**Task goal**
Scan the entries below for the word "more", then copy each line that holds it.

**Material for this task**
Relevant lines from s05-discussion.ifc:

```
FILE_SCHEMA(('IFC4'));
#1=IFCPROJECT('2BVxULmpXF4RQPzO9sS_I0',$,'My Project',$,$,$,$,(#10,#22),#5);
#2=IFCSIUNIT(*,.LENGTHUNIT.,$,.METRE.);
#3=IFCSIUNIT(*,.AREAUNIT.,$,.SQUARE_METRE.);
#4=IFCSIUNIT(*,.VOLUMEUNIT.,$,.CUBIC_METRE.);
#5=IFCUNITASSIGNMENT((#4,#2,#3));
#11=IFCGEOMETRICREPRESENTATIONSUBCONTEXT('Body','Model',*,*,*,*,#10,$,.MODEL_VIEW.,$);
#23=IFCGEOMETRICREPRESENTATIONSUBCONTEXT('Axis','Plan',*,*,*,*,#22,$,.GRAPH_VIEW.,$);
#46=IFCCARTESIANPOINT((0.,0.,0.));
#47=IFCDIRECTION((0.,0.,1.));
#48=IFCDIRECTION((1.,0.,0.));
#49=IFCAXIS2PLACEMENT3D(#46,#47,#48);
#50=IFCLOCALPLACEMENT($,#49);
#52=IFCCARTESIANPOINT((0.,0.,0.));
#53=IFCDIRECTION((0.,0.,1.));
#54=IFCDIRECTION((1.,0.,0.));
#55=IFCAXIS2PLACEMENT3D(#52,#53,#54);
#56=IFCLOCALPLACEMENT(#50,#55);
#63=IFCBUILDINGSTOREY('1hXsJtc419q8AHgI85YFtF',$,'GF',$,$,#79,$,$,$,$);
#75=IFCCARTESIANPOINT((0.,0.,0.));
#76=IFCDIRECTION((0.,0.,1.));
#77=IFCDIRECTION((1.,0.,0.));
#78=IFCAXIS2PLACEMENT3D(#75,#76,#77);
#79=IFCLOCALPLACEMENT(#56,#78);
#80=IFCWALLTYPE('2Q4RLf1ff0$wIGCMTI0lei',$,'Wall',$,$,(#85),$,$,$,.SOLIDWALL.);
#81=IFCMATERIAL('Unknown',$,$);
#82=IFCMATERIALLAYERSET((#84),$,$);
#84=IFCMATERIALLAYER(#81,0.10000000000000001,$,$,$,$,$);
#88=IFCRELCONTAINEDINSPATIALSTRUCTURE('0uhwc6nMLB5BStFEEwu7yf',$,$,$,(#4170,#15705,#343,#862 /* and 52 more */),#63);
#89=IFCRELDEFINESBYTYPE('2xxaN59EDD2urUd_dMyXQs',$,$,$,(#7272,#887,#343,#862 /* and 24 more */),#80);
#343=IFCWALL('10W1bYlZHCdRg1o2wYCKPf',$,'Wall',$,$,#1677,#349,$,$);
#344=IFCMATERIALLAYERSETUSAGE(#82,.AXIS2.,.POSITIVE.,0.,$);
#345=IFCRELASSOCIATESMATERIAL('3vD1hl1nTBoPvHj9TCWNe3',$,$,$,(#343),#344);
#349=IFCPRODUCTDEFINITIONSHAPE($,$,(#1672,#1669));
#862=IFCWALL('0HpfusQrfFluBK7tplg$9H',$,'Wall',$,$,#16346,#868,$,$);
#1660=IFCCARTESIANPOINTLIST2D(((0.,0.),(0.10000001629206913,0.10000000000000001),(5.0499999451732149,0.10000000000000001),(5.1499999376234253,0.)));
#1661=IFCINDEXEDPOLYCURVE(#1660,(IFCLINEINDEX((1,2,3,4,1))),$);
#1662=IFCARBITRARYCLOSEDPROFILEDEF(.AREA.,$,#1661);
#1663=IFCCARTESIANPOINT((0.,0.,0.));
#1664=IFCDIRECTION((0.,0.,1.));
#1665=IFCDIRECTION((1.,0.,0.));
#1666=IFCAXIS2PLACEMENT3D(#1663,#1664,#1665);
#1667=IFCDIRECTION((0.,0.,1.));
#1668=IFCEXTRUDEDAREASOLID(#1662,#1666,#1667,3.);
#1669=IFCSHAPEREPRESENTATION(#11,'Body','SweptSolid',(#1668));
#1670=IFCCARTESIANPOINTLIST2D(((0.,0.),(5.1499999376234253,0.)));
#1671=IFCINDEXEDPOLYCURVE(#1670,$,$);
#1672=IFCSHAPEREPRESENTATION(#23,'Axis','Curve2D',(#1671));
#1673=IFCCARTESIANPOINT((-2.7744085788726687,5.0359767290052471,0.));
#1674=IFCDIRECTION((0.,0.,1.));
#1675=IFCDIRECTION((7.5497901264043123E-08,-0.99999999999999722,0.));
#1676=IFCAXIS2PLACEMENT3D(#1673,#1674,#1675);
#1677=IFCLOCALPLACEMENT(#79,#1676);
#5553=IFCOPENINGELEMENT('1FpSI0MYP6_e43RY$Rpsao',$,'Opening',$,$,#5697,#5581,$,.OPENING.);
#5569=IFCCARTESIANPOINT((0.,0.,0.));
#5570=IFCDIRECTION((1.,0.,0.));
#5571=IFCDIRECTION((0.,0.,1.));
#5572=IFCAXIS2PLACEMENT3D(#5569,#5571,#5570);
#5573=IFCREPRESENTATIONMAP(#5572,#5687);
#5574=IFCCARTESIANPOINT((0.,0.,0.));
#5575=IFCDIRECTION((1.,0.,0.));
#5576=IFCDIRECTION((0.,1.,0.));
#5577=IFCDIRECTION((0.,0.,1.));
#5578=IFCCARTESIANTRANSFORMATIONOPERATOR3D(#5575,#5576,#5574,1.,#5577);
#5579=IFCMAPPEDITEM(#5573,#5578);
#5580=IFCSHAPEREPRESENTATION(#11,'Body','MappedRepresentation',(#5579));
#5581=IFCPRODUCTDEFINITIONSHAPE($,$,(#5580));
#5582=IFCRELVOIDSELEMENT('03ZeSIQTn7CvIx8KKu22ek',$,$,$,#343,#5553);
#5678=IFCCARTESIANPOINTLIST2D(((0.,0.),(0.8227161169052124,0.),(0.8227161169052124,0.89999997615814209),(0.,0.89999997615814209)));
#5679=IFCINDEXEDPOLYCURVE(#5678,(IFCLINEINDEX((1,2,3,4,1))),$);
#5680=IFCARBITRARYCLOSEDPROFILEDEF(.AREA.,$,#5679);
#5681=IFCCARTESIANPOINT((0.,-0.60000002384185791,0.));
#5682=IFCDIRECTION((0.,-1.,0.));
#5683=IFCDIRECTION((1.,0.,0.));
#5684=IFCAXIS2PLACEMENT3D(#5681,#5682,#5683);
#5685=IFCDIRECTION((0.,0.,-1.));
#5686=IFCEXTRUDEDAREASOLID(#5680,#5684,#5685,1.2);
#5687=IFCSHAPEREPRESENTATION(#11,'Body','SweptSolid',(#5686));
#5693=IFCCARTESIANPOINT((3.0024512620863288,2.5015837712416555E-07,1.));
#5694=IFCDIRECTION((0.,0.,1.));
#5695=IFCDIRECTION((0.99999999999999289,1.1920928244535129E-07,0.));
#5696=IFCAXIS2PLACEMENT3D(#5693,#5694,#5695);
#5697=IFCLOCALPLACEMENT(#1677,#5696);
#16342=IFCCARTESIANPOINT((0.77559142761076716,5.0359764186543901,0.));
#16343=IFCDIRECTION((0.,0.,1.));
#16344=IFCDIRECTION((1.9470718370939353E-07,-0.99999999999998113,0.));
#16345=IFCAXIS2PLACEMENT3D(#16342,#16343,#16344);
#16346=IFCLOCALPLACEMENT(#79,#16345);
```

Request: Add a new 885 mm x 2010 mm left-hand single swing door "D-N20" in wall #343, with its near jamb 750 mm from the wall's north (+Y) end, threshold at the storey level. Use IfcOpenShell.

```python
import numpy as np
import ifcopenshell
import ifcopenshell.api.feature
import ifcopenshell.api.geometry
import ifcopenshell.api.root
import ifcopenshell.api.spatial
import ifcopenshell.geom
import ifcopenshell.util.element
import ifcopenshell.util.placement
import ifcopenshell.util.representation
import ifcopenshell.util.shape
import ifcopenshell.util.unit

model = ifcopenshell.open("s05-discussion.ifc")
unit_scale = ifcopenshell.util.unit.calculate_unit_scale(model)
settings = ifcopenshell.geom.settings()


def volume(element):
    """Net volume in cubic metres, openings subtracted."""
    shape = ifcopenshell.geom.create_shape(settings, element)
    return ifcopenshell.util.shape.get_volume(shape.geometry)


wall = model.by_guid("10W1bYlZHCdRg1o2wYCKPf")
storey = ifcopenshell.util.element.get_container(wall, ifc_class="IfcBuildingStorey")
context = ifcopenshell.util.representation.get_context(model, "Model", "Body", "MODEL_VIEW")
before = volume(wall)

width, height, from_end, sill = 0.885, 2.01, 0.75, 0.0  # metres

# The wall runs along its own X axis, and the end named is its -X end.
wall_shape = ifcopenshell.geom.create_shape(settings, wall)
x, y, z = ifcopenshell.util.shape.get_vertices(wall_shape.geometry).T
start = x.min() + from_end
face, thickness = float(y.min()), float(y.max() - y.min())
wall_matrix = ifcopenshell.util.placement.get_local_placement(wall.ObjectPlacement)
level = ifcopenshell.util.placement.get_local_placement(storey.ObjectPlacement)[2, 3]


def in_wall(x, y):
    """Placement at x, y metres in the wall's axes, at sill height."""
    matrix = wall_matrix.copy()
    matrix[:, 3] = wall_matrix @ np.array([x / unit_scale, y / unit_scale, 0.0, 1.0])
    matrix[2, 3] = level + sill / unit_scale
    return matrix


# Opening: a box that overshoots both wall faces by 50 mm.
opening = ifcopenshell.api.root.create_entity(model, ifc_class="IfcOpeningElement", predefined_type="OPENING")
box = ifcopenshell.api.geometry.add_wall_representation(
    model, context=context, length=width, height=height, thickness=thickness + 0.1
)
ifcopenshell.api.geometry.assign_representation(model, product=opening, representation=box)
ifcopenshell.api.geometry.edit_object_placement(model, product=opening, matrix=in_wall(start, face - 0.05), is_si=False)
ifcopenshell.api.feature.add_feature(model, feature=opening, element=wall)

door = ifcopenshell.api.root.create_entity(model, ifc_class="IfcDoor", name="D-N20", predefined_type="DOOR")
door.OverallWidth, door.OverallHeight = width / unit_scale, height / unit_scale
door.OperationType = "SINGLE_SWING_LEFT"
body = ifcopenshell.api.geometry.add_door_representation(
    model,
    context=context,
    overall_width=door.OverallWidth,
    overall_height=door.OverallHeight,
    operation_type="SINGLE_SWING_LEFT",
    lining_properties={"LiningDepth": thickness / unit_scale, "ThresholdDepth": thickness / unit_scale},
)
ifcopenshell.api.geometry.assign_representation(model, product=door, representation=body)
ifcopenshell.api.spatial.assign_container(model, products=[door], relating_structure=storey)
ifcopenshell.api.feature.add_filling(model, opening=opening, element=door)

# The lining spans the wall, so the door starts at the wall face.
ifcopenshell.api.geometry.edit_object_placement(model, product=door, matrix=in_wall(start, face), is_si=False)

after = volume(wall)

print(f"wall volume {before:.3f} -> {after:.3f} m3")

model.write("s05-discussion_rev.ifc")
```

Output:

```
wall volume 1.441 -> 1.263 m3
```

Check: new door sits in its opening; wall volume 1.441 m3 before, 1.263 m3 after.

**Answer box**
#88=IFCRELCONTAINEDINSPATIALSTRUCTURE('0uhwc6nMLB5BStFEEwu7yf',$,$,$,(#4170,#15705,#343,#862 /* and 52 more */),#63);
#89=IFCRELDEFINESBYTYPE('2xxaN59EDD2urUd_dMyXQs',$,$,$,(#7272,#887,#343,#862 /* and 24 more */),#80);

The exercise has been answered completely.